There's Sir Amias Paulet; noble sir,
What tidings bring you?

PAULET.
             Gracious sovereign,
My nephew, who but lately is returned
From foreign travel, kneels before thy feet,
And offers thee his first and earliest homage,
Grant him thy royal grace, and let him grow
And flourish in the sunshine of thy favor.

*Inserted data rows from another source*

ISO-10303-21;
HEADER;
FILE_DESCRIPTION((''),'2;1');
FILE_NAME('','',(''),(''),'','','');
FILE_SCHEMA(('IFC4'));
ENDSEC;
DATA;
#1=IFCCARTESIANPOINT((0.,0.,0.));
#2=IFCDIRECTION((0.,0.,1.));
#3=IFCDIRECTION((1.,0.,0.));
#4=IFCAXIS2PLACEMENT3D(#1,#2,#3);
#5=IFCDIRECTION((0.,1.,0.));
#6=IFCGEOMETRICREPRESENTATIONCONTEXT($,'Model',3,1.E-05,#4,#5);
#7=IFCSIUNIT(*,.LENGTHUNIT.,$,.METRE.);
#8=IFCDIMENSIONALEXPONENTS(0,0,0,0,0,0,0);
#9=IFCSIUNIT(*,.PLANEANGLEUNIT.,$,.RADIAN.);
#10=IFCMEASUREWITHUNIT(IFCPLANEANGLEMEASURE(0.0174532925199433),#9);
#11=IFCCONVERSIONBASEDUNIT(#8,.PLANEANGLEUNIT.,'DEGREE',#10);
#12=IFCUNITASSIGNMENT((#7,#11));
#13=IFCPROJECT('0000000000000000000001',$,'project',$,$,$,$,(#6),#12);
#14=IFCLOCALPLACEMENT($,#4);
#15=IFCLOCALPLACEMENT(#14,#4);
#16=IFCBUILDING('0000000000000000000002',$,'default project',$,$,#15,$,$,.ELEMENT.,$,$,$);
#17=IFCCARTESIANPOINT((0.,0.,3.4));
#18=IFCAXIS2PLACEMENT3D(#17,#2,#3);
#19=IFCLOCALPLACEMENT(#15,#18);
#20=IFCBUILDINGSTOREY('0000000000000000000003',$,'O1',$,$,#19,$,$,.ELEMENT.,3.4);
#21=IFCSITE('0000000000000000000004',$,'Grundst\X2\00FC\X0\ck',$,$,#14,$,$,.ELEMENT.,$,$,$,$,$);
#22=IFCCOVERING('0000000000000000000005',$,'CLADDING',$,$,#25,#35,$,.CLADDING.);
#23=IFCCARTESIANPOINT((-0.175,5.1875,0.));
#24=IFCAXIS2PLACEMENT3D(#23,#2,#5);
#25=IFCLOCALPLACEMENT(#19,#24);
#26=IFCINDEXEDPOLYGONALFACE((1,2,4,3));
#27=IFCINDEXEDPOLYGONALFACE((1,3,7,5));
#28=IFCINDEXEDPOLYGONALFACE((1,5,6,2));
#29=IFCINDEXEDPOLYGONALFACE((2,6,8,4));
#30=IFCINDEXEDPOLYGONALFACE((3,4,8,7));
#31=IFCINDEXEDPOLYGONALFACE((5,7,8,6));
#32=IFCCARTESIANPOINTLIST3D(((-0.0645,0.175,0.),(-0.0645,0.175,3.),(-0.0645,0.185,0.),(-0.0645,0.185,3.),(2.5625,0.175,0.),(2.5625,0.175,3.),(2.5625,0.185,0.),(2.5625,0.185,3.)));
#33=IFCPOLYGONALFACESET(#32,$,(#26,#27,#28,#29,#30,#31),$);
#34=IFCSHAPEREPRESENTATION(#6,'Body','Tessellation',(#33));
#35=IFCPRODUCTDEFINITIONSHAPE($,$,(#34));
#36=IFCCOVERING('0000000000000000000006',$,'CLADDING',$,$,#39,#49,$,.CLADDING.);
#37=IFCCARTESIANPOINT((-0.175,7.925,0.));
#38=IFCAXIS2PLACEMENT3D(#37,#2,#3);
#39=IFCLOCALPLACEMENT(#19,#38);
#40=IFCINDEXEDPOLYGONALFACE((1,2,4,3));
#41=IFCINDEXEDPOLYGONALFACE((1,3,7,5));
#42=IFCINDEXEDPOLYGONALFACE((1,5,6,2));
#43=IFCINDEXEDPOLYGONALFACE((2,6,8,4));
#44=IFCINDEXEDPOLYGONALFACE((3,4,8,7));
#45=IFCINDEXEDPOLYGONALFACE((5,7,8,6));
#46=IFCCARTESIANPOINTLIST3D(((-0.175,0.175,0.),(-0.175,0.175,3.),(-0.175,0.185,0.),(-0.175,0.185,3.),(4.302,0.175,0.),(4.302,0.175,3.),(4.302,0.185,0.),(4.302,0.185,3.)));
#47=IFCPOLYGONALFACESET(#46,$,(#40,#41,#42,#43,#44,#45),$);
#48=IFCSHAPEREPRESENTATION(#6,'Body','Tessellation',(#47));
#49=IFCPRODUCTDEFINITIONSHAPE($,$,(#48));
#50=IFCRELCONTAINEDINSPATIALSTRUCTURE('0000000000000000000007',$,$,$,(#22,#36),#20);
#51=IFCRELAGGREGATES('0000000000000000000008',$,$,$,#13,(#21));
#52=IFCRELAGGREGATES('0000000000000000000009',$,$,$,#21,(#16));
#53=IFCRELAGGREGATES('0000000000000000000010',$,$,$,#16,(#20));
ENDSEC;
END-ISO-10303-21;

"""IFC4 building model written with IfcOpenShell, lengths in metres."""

from ifc_helpers import new_model, entity, si_unit, converted_unit, direction, frame, origin_with_axes, place, context, project, spatial, polyline, outline, extrude, element, save


model = new_model("IFC4")

# Units and contexts
model_context = context("Model", 3, precision=1e-05, world=origin_with_axes(), true_north=direction((0.0, 1.0, 0.0)))
ifc_project = project(units=[si_unit("LENGTHUNIT", "METRE"), converted_unit("PLANEANGLEUNIT", "DEGREE", entity("IfcPlaneAngleMeasure", 0.0174532925199433), si_unit("PLANEANGLEUNIT", "RADIAN"), dimensions=[0, 0, 0, 0, 0, 0, 0])], contexts=[model_context])

# Site, building, storey
site_placement = place(None, origin_with_axes())
site = spatial("IfcSite", under=ifc_project, at=site_placement, Name="Grundstück", CompositionType="ELEMENT")
building_placement = place(site_placement, origin_with_axes())
building = spatial("IfcBuilding", under=site, at=building_placement, Name="default project", CompositionType="ELEMENT")
placement_1 = place(building_placement, frame((0.0, 0.0, 3.4), z_axis=(0.0, 0.0, 1.0), x_axis=(1.0, 0.0, 0.0)))
storey = spatial("IfcBuildingStorey", under=building, at=placement_1, Name="O1", CompositionType="ELEMENT", Elevation=3.4)

# Shared definitions
placement_2 = place(placement_1, frame((-0.175, 5.1875, 0.0), z_axis=(0.0, 0.0, 1.0), x_axis=(0.0, 1.0, 0.0)))
placement_3 = place(placement_1, frame((-0.175, 7.925, 0.0), z_axis=(0.0, 0.0, 1.0), x_axis=(1.0, 0.0, 0.0)))

# Coverings
element("IfcCovering", 1, at=placement_2, inside=storey, Name="CLADDING", PredefinedType="CLADDING", context=model_context, shape_type="SweptSolid", body=[
    extrude(outline(polyline([(2.5625, 0.185), (-0.0645, 0.185), (-0.0645, 0.175), (2.5625, 0.175), (2.5625, 0.185)])), origin_with_axes(), (0.0, 0.0, 1.0), 3.0),
])
element("IfcCovering", 2, at=placement_3, inside=storey, Name="CLADDING", PredefinedType="CLADDING", context=model_context, shape_type="SweptSolid", body=[
    extrude(outline(polyline([(4.302, 0.185), (-0.175, 0.185), (-0.175, 0.175), (4.302, 0.175), (4.302, 0.185)])), origin_with_axes(), (0.0, 0.0, 1.0), 3.0),
])

save(model, "model.ifc")
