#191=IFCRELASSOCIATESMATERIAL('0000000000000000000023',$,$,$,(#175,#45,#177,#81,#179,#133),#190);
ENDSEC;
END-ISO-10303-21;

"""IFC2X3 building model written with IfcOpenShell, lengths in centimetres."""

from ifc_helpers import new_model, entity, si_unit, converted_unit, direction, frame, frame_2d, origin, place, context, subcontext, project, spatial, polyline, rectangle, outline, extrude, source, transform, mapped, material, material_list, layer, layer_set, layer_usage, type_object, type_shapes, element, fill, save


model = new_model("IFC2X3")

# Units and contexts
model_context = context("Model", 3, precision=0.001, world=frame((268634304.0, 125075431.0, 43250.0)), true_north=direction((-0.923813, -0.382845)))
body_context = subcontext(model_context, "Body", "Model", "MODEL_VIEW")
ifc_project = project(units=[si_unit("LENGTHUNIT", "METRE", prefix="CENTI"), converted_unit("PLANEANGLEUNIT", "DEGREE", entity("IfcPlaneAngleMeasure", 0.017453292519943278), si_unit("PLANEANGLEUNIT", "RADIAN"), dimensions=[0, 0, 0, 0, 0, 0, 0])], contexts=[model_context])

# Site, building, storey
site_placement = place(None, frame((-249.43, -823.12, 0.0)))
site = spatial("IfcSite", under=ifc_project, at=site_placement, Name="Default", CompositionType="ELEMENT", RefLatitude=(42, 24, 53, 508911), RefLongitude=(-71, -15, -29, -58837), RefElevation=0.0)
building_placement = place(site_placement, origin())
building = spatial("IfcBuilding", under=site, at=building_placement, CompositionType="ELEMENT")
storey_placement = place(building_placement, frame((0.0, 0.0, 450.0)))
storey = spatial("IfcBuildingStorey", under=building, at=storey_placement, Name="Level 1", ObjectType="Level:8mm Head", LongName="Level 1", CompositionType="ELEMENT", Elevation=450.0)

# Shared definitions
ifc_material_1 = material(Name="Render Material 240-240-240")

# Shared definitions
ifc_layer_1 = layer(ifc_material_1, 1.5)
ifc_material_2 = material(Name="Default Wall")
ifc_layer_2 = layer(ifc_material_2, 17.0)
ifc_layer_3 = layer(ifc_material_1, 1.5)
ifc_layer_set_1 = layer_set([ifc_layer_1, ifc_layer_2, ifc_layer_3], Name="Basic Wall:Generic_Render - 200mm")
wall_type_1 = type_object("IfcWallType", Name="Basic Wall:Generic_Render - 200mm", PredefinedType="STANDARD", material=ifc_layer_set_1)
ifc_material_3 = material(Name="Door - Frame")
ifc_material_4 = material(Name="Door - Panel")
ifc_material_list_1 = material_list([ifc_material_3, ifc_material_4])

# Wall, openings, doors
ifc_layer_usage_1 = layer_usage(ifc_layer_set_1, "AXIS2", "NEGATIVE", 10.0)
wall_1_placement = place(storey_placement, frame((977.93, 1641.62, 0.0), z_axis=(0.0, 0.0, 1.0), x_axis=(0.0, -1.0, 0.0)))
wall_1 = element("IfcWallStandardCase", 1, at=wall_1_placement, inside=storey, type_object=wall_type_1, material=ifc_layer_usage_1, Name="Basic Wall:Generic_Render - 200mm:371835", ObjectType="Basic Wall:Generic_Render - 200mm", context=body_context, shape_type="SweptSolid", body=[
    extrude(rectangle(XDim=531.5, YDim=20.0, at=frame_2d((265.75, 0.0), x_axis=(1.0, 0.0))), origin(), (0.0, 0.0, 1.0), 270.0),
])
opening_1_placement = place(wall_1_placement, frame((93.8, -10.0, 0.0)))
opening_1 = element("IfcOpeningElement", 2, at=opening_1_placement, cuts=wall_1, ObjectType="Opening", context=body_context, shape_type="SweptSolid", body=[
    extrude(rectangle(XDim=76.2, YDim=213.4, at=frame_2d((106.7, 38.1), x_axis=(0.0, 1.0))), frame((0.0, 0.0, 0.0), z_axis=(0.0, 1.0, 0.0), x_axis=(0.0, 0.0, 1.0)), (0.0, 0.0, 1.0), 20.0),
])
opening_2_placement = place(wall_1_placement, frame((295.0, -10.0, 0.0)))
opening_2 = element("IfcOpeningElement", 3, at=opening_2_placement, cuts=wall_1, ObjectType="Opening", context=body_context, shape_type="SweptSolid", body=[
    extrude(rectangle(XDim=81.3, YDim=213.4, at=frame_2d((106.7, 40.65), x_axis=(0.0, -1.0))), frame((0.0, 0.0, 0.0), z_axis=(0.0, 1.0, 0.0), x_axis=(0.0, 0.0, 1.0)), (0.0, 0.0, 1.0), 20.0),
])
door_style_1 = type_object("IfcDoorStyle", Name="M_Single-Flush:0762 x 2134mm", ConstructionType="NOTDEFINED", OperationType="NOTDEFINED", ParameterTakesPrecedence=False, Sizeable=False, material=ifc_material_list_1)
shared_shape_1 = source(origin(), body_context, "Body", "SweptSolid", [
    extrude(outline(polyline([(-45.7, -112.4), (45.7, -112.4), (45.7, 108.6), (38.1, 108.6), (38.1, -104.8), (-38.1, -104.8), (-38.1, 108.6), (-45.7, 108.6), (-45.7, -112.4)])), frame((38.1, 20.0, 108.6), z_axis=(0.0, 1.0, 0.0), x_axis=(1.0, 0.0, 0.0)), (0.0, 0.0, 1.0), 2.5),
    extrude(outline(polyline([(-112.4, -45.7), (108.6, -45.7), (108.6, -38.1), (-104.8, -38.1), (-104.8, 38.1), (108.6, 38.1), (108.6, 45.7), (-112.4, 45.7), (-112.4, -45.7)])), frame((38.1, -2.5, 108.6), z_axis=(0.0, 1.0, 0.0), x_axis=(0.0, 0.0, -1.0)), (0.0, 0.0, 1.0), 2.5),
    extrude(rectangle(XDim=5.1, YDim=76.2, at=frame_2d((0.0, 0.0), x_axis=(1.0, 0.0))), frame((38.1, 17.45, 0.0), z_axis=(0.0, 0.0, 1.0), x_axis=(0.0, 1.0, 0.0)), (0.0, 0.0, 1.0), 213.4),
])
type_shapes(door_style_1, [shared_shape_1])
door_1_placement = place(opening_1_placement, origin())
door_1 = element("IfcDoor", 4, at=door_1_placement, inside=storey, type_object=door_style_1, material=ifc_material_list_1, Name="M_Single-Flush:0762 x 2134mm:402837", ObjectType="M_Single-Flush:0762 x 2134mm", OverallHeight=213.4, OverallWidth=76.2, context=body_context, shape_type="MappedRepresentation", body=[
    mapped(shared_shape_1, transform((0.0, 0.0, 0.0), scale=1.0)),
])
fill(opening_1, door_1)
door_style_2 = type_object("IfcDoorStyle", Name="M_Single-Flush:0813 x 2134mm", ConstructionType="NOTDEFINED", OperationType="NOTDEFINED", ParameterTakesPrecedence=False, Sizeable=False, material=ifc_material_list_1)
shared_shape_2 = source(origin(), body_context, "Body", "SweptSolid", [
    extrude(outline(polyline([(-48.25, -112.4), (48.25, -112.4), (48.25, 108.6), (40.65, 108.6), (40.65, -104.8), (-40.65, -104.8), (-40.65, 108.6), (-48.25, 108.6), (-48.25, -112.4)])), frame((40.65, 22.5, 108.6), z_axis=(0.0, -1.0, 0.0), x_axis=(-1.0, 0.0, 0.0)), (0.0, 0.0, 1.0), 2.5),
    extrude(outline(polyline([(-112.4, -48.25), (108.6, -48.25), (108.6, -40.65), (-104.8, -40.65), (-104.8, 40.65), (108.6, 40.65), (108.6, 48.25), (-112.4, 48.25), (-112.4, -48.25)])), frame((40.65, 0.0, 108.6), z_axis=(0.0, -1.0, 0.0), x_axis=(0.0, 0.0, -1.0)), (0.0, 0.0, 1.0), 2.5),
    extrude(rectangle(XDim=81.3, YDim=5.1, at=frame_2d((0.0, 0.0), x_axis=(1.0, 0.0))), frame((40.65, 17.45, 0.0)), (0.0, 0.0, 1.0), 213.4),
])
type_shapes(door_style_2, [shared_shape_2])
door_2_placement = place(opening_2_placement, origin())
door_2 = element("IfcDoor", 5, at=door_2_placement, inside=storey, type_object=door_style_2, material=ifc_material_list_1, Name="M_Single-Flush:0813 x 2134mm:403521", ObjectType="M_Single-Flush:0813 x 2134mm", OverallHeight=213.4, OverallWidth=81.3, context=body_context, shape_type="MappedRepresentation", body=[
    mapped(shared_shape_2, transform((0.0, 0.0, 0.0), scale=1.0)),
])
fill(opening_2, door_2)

MORTIMER (kneeling on one knee).
Long live my royal mistress! Happiness
And glory from a crown to grace her brows!

ELIZABETH.
Arise, sir knight; and welcome here in England;
You've made, I hear, the tour, have been in France
And Rome, and tarried, too, some time at Rheims:
Tell me what plots our enemies are hatching?

MORTIMER.
May God confound them all! And may the darts
Which they shall aim against my sovereign,
Recoiling, strike their own perfidious breasts!

ELIZABETH.
Did you see Morgan, and the wily Bishop
Of Ross?


MORTIMER.
     I saw, my queen, all Scottish exiles
Who forge at Rheims their plots against this realm.
I stole into their confidence in hopes
To learn some hint of their conspiracies.

PAULET.
Private despatches they intrusted to him,
In cyphers, for the Queen of Scots, which he,
With loyal hand, hath given up to us.

ELIZABETH.
Say, what are then their latest plans of treason?

MORTIMER.
It struck them all as 'twere a thunderbolt,
That France should leave them, and with England close
This firm alliance; now they turn their hopes
Towards Spain----

ELIZABETH.
         This, Walsingham hath written us.

MORTIMER.
Besides, a bull, which from the Vatican
Pope Sixtus lately levelled at thy throne,
Arrived at Rheims, as I was leaving it;
With the next ship we may expect it here.

LEICESTER.
England no more is frightened by such arms.

BURLEIGH.
They're always dangerous in bigots' hands.

ELIZABETH (looking steadfastly at MORTIMER).
Your enemies have said that you frequented
The schools at Rheims, and have abjured your faith.